*Activity*. Look through the records, and wherever the string "Profile" turns up, copy out that line.

[Stored data — start]

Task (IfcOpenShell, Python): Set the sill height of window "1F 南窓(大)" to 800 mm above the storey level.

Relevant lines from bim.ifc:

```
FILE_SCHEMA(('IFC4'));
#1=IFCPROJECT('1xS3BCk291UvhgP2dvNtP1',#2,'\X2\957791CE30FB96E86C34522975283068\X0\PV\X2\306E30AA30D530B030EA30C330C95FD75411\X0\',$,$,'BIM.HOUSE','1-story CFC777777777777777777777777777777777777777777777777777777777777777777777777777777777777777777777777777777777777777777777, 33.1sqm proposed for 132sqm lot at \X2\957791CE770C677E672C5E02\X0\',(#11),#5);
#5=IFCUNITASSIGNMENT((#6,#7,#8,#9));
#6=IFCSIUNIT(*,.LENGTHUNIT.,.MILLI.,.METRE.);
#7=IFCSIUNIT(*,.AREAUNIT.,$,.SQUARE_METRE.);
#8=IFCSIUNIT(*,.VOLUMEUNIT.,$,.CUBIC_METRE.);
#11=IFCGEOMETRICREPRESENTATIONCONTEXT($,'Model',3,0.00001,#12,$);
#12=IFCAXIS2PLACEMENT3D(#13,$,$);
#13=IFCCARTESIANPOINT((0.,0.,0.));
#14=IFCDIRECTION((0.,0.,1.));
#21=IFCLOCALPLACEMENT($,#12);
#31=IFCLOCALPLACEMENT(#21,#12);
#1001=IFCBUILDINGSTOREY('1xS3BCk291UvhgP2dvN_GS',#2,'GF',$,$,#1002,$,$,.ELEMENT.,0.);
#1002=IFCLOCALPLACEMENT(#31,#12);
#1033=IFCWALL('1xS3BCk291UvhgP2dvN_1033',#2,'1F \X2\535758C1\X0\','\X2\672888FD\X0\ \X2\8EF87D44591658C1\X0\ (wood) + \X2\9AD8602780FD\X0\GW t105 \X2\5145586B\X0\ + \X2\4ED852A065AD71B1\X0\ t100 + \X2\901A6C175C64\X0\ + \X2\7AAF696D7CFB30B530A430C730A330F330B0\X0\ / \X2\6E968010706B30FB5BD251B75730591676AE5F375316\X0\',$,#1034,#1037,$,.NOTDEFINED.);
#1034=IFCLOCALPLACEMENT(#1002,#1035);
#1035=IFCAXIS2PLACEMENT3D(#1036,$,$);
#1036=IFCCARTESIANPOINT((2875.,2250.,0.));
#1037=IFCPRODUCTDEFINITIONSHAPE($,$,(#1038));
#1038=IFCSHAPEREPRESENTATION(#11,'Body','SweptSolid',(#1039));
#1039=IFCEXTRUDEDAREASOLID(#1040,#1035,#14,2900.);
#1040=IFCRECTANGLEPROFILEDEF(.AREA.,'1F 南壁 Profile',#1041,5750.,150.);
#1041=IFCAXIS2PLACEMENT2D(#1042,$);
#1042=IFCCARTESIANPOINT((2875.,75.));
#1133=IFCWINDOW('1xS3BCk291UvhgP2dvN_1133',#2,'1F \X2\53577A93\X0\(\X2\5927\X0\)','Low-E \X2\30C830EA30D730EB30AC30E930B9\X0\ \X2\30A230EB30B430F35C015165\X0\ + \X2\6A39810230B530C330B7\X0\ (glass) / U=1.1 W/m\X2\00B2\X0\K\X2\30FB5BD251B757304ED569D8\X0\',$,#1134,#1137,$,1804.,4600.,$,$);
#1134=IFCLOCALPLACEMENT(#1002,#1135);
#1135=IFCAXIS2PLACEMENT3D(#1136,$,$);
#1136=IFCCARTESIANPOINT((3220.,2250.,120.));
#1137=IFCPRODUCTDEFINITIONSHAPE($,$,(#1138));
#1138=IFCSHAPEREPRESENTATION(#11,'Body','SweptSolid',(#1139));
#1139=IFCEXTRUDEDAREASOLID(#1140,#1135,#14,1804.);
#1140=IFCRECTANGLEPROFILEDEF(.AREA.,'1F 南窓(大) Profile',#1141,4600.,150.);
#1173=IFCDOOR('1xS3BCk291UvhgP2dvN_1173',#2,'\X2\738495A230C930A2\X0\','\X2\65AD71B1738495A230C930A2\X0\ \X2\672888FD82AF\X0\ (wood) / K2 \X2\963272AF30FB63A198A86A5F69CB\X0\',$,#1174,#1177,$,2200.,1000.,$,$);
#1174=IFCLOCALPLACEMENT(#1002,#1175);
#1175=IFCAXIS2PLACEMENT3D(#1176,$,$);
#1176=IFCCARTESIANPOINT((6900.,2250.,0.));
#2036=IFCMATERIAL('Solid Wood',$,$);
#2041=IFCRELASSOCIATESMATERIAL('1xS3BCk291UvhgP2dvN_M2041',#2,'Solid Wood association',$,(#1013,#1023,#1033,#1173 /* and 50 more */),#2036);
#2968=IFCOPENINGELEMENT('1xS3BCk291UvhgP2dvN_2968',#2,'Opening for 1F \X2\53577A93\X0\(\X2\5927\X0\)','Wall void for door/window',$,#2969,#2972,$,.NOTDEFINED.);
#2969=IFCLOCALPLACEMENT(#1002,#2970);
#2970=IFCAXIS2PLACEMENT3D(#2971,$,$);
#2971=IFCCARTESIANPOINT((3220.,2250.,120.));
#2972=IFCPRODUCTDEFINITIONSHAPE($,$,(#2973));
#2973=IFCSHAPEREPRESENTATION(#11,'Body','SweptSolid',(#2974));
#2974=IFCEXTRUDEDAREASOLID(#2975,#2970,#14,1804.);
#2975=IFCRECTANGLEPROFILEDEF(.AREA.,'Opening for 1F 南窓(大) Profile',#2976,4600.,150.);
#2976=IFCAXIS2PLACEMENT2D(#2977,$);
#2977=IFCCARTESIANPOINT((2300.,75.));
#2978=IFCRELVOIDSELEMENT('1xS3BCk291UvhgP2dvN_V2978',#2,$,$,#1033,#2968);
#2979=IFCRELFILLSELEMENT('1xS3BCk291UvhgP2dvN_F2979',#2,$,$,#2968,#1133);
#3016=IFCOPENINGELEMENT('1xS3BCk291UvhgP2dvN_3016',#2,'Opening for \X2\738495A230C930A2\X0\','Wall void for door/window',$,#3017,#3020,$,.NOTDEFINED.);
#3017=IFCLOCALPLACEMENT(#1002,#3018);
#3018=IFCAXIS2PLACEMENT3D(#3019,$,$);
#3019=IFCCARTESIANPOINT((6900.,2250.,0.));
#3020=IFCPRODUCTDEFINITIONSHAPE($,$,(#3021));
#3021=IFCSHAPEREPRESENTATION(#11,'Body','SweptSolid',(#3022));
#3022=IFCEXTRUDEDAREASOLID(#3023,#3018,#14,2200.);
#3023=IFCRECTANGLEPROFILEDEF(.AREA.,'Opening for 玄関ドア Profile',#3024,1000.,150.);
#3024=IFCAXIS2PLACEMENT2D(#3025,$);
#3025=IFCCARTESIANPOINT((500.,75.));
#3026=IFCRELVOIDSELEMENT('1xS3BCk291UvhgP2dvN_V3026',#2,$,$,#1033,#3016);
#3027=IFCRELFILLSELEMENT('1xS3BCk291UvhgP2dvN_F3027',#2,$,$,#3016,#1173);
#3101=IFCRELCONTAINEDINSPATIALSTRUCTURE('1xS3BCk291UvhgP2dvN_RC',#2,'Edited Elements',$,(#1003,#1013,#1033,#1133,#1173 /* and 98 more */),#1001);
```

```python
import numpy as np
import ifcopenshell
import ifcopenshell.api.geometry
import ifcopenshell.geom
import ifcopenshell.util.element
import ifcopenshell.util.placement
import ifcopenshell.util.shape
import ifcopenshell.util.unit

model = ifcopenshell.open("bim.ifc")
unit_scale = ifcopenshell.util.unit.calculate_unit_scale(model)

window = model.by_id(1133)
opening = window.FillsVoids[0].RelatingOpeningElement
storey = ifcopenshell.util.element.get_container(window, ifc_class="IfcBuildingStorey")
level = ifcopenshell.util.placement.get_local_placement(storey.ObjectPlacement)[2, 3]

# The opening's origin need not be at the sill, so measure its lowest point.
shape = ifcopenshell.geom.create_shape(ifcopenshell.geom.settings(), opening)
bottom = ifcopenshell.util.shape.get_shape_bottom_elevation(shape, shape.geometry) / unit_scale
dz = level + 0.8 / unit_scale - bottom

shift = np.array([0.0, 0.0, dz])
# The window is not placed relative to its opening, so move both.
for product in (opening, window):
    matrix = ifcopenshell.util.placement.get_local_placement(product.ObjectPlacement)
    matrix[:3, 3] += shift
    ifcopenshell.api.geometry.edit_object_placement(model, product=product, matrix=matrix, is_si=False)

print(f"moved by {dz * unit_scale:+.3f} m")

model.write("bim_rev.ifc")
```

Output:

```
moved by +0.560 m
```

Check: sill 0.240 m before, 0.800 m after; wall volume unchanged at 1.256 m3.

[Stored data — finish]

*Result of this exercise*.
#1040=IFCRECTANGLEPROFILEDEF(.AREA.,'1F 南壁 Profile',#1041,5750.,150.);
#1140=IFCRECTANGLEPROFILEDEF(.AREA.,'1F 南窓(大) Profile',#1141,4600.,150.);
#2975=IFCRECTANGLEPROFILEDEF(.AREA.,'Opening for 1F 南窓(大) Profile',#2976,4600.,150.);
#3023=IFCRECTANGLEPROFILEDEF(.AREA.,'Opening for 玄関ドア Profile',#3024,1000.,150.);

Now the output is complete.